- _Items from a dataset_:
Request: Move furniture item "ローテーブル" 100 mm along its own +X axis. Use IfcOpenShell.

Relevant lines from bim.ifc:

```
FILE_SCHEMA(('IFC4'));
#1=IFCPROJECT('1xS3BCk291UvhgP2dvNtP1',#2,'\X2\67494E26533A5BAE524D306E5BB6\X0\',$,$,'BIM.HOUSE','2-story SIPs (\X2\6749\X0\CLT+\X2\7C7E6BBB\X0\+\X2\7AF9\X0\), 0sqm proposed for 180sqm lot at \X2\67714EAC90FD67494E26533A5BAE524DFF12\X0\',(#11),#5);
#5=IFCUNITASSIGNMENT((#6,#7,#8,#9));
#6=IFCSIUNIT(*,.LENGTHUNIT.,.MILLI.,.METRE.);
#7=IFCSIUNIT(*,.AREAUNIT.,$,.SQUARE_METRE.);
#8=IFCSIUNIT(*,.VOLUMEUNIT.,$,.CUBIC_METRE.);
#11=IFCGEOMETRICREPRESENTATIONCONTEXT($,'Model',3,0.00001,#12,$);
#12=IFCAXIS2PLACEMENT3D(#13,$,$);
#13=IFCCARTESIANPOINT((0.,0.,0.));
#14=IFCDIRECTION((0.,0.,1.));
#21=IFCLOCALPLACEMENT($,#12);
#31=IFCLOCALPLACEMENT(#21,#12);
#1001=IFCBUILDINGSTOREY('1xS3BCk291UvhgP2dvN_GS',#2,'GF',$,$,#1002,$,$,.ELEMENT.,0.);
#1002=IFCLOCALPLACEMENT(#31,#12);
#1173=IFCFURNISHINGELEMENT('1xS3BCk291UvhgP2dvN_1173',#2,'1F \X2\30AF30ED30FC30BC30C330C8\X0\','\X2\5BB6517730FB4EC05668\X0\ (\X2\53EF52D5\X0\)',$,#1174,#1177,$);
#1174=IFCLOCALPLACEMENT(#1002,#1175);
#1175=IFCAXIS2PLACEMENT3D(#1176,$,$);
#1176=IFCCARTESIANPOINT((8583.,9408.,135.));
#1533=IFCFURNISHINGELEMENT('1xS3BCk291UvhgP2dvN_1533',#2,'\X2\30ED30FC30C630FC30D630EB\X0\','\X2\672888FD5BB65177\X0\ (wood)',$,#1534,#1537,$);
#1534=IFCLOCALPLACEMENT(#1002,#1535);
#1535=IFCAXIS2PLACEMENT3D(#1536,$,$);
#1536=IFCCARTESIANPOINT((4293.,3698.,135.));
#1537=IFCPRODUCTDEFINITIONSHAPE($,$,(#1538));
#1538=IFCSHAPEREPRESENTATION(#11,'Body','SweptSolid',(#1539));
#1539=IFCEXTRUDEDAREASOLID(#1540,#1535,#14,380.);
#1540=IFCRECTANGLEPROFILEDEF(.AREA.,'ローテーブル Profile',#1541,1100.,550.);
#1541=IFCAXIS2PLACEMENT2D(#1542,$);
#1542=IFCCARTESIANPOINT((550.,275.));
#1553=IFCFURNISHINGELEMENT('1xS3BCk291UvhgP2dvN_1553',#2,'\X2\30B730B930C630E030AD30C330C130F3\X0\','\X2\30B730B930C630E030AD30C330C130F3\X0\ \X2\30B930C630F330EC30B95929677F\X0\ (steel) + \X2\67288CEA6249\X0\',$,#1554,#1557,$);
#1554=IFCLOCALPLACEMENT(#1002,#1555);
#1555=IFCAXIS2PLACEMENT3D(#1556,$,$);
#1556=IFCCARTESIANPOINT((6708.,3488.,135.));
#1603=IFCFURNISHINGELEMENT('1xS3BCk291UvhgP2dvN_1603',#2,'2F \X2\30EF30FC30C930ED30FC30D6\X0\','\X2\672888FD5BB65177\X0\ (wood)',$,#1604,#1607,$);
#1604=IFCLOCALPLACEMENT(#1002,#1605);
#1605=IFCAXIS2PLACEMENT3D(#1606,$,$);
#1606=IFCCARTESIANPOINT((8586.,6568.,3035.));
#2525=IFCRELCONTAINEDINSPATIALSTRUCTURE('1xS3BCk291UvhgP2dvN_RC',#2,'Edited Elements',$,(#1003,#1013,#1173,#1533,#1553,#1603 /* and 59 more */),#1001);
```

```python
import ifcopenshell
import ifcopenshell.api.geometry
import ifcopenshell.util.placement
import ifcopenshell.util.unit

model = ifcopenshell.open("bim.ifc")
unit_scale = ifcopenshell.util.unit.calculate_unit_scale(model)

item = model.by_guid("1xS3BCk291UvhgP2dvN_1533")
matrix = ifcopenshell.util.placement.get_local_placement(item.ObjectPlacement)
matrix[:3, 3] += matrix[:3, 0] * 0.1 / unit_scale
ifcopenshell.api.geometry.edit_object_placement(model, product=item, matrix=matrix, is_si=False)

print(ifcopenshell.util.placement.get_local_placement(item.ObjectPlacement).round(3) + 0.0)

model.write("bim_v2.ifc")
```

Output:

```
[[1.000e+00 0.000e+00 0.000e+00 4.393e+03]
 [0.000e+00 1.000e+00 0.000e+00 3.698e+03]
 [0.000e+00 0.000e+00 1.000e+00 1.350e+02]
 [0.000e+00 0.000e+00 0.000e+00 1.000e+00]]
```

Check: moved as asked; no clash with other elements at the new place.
* * *
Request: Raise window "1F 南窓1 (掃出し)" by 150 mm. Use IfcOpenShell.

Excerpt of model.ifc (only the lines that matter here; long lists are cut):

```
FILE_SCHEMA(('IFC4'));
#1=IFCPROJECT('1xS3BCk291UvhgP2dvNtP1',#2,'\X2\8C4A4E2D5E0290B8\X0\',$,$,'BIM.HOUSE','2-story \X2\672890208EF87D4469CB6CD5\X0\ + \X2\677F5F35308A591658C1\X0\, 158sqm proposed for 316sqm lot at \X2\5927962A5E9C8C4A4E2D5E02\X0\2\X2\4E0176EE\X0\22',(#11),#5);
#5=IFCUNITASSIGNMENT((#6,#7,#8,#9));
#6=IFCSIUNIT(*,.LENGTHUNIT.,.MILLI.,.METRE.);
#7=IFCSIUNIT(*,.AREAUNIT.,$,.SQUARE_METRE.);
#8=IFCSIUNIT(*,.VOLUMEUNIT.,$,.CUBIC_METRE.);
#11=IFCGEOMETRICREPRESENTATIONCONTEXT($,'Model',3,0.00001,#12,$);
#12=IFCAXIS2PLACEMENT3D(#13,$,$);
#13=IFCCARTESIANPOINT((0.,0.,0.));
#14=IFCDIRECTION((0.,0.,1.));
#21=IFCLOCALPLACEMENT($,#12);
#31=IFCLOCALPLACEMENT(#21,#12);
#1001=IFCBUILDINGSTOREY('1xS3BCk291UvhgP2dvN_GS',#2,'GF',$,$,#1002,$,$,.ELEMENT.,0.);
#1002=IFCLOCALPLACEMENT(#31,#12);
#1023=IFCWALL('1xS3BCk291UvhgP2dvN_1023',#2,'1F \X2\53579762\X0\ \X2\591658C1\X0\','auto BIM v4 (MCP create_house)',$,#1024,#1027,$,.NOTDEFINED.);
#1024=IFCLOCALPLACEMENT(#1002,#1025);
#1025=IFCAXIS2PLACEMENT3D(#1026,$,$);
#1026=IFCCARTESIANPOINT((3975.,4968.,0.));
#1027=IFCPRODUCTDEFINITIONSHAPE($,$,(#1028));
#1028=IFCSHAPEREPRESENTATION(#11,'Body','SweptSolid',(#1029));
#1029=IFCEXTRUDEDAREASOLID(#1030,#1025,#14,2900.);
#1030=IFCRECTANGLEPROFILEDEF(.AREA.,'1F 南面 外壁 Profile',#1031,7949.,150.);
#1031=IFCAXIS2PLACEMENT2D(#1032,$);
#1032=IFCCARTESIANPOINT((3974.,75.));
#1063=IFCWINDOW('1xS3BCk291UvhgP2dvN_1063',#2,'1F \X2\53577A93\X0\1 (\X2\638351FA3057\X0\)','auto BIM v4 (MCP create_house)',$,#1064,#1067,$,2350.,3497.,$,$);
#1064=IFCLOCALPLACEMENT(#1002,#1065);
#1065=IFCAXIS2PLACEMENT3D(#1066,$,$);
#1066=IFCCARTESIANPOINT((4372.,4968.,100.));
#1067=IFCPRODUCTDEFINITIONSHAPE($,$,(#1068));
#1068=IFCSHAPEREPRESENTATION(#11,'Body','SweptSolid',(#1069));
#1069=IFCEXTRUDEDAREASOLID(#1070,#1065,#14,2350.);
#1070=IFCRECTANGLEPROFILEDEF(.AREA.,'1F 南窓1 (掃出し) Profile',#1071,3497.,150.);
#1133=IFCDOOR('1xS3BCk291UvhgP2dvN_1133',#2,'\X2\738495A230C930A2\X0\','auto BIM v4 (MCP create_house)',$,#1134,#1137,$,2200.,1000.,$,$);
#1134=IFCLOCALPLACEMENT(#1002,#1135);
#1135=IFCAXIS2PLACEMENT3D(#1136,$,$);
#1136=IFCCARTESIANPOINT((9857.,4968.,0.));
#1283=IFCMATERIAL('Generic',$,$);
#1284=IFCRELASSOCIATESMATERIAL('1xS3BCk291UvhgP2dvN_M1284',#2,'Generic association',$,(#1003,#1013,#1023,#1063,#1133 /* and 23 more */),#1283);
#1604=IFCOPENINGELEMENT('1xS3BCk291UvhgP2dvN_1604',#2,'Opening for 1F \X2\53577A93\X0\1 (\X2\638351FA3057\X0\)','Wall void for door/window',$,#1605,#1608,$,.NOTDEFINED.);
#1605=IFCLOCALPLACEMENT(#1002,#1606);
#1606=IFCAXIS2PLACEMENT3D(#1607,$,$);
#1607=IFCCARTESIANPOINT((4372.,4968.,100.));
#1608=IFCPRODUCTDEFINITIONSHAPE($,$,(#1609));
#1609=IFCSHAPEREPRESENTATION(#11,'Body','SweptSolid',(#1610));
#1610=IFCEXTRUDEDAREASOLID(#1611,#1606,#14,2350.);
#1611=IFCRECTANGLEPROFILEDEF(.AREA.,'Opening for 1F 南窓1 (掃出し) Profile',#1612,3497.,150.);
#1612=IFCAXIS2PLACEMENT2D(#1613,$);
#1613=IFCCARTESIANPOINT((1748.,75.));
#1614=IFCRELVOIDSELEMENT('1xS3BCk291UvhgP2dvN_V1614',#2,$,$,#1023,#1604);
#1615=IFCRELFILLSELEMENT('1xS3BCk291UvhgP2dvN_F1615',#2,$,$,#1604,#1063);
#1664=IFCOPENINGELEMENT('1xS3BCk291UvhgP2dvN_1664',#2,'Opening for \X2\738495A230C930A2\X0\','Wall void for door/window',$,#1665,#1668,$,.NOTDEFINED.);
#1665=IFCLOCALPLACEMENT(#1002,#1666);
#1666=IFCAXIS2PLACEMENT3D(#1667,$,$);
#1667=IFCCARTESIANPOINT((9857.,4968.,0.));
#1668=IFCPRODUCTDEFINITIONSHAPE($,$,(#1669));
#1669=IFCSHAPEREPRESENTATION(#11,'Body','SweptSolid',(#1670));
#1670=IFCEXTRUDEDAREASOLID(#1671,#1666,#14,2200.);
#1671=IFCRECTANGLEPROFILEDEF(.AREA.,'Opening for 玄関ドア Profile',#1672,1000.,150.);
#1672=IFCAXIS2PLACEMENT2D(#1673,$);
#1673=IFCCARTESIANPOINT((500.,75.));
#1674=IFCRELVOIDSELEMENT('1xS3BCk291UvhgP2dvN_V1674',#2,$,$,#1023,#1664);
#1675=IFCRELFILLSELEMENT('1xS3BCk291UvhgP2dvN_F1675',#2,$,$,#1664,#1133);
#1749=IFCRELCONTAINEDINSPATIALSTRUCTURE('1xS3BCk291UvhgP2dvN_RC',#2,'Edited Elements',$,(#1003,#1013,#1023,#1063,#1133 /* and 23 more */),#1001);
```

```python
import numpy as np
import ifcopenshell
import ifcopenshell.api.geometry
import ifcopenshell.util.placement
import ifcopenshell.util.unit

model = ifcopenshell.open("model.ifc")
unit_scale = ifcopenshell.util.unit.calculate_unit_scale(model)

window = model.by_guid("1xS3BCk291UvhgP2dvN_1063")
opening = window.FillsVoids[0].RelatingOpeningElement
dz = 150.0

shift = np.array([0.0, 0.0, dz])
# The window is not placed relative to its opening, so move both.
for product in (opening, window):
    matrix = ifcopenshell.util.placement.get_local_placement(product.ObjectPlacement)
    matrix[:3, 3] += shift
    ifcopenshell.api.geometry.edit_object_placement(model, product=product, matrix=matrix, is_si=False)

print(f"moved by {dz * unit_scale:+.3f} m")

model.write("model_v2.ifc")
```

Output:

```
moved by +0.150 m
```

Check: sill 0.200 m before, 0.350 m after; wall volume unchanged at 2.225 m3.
==
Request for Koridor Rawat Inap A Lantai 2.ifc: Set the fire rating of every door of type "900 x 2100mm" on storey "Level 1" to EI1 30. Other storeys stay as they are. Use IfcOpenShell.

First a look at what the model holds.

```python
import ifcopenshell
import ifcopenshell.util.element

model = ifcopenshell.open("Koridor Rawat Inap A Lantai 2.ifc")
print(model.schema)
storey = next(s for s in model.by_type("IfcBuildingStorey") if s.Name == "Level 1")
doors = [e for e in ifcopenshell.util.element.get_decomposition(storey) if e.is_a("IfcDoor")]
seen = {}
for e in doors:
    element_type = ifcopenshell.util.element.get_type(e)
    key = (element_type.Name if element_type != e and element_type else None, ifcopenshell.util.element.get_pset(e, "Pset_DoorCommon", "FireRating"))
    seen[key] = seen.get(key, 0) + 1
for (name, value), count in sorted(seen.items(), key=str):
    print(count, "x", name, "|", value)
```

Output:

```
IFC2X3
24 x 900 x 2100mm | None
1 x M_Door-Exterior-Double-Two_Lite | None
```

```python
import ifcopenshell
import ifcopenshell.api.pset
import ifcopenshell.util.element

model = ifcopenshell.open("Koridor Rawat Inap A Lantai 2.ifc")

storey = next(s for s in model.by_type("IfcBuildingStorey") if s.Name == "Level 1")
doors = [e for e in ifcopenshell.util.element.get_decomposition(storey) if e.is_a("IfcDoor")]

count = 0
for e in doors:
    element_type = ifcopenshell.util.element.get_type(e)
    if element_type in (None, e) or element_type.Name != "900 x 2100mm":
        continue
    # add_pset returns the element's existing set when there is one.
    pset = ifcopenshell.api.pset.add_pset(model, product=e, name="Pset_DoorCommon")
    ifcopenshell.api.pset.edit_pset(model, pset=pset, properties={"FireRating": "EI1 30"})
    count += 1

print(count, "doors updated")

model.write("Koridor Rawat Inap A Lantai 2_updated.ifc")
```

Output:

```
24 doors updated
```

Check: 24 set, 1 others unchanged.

- _EXERCISE DESCRIPTION_: Search the data for the word "IFCOPENINGELEMENT" and copy each line where it appears.

- _RESPONSE TO THIS EXERCISE_:
#1604=IFCOPENINGELEMENT('1xS3BCk291UvhgP2dvN_1604',#2,'Opening for 1F \X2\53577A93\X0\1 (\X2\638351FA3057\X0\)','Wall void for door/window',$,#1605,#1608,$,.NOTDEFINED.);
#1664=IFCOPENINGELEMENT('1xS3BCk291UvhgP2dvN_1664',#2,'Opening for \X2\738495A230C930A2\X0\','Wall void for door/window',$,#1665,#1668,$,.NOTDEFINED.);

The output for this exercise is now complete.